*** Data extract Section Begins ***
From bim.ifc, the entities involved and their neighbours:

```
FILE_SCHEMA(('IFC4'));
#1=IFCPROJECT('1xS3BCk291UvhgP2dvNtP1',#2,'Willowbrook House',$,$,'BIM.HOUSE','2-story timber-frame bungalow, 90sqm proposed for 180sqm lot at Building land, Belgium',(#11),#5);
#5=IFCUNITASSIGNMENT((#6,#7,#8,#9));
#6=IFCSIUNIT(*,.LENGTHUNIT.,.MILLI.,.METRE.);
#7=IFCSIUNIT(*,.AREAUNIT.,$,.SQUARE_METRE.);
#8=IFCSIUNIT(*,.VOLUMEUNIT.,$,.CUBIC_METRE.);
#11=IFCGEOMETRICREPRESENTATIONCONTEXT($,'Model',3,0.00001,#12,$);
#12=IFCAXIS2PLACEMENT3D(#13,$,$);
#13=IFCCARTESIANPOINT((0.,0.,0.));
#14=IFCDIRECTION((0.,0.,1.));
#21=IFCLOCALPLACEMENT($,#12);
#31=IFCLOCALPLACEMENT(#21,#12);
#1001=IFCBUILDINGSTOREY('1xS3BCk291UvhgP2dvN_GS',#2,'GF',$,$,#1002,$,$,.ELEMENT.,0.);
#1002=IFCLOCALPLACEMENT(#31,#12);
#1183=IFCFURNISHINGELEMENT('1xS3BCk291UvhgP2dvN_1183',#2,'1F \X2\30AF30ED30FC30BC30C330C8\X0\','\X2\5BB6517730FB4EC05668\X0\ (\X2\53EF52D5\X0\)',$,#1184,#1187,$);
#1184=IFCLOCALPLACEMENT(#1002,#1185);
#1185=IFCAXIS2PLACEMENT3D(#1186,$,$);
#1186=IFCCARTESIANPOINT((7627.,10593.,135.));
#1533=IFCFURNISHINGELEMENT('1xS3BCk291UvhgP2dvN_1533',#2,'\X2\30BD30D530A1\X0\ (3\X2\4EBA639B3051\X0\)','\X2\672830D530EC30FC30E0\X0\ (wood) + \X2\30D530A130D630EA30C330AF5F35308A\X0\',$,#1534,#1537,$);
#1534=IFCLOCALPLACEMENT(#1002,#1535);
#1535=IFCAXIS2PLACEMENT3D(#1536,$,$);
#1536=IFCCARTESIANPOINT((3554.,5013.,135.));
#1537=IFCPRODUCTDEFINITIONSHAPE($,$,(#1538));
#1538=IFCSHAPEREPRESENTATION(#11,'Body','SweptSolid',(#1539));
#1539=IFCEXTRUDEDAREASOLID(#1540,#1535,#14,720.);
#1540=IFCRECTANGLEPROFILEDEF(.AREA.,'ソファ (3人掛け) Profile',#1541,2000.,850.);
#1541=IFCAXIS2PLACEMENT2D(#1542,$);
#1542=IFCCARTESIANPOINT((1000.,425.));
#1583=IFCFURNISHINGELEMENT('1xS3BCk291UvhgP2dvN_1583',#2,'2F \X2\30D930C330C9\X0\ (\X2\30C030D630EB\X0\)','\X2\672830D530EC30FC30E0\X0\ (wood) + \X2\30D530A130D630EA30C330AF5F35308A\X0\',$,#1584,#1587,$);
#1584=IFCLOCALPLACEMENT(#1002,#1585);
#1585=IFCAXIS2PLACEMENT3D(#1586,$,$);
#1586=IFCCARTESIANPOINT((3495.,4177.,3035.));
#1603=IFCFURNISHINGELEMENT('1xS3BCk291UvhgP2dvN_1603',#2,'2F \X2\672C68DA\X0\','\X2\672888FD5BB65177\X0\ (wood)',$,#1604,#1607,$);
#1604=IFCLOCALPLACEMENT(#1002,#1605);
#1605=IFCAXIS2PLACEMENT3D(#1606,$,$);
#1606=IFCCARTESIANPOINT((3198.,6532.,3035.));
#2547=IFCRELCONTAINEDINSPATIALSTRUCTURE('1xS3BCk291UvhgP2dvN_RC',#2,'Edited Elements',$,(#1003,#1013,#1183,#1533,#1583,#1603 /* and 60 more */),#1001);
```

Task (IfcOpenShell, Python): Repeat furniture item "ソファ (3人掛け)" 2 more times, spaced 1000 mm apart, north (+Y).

```python
import numpy as np
import ifcopenshell
import ifcopenshell.api.geometry
import ifcopenshell.api.root
import ifcopenshell.util.element
import ifcopenshell.util.placement

model = ifcopenshell.open("bim.ifc")


def reuse_history(source, copy):
    """copy_class also copies each property set's owner history, people and application; keep the originals."""
    for rel in copy.IsDefinedBy:
        if rel.is_a("IfcRelDefinesByProperties") and (history := rel.RelatingPropertyDefinition.OwnerHistory):
            rel.RelatingPropertyDefinition.OwnerHistory = source.OwnerHistory
            ifcopenshell.util.element.remove_deep2(model, history)


source = model.by_guid("1xS3BCk291UvhgP2dvN_1533")
base = ifcopenshell.util.placement.get_local_placement(source.ObjectPlacement)
step = np.array([0.0, 1.0, 0.0]) * 1000.0

for i in range(1, 3):
    copy = ifcopenshell.api.root.copy_class(model, product=source)
    copy.Representation = ifcopenshell.util.element.copy_deep(
        model, source.Representation, exclude=["IfcGeometricRepresentationContext", "IfcRepresentationMap"]
    )
    reuse_history(source, copy)
    matrix = base.copy()
    matrix[:3, 3] += i * step
    print("added at", matrix[:3, 3].round(3) + 0.0)
    ifcopenshell.api.geometry.edit_object_placement(model, product=copy, matrix=matrix, is_si=False)

model.write("bim-out.ifc")
```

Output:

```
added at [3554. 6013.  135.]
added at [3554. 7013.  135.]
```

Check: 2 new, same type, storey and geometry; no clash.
*** Data extract Section Ends ***
# Directions:
Report back each line in the material above that contains the string "IFCCARTESIANPOINT".

# Task output:
#13=IFCCARTESIANPOINT((0.,0.,0.));
#1186=IFCCARTESIANPOINT((7627.,10593.,135.));
#1536=IFCCARTESIANPOINT((3554.,5013.,135.));
#1542=IFCCARTESIANPOINT((1000.,425.));
#1586=IFCCARTESIANPOINT((3495.,4177.,3035.));
#1606=IFCCARTESIANPOINT((3198.,6532.,3035.));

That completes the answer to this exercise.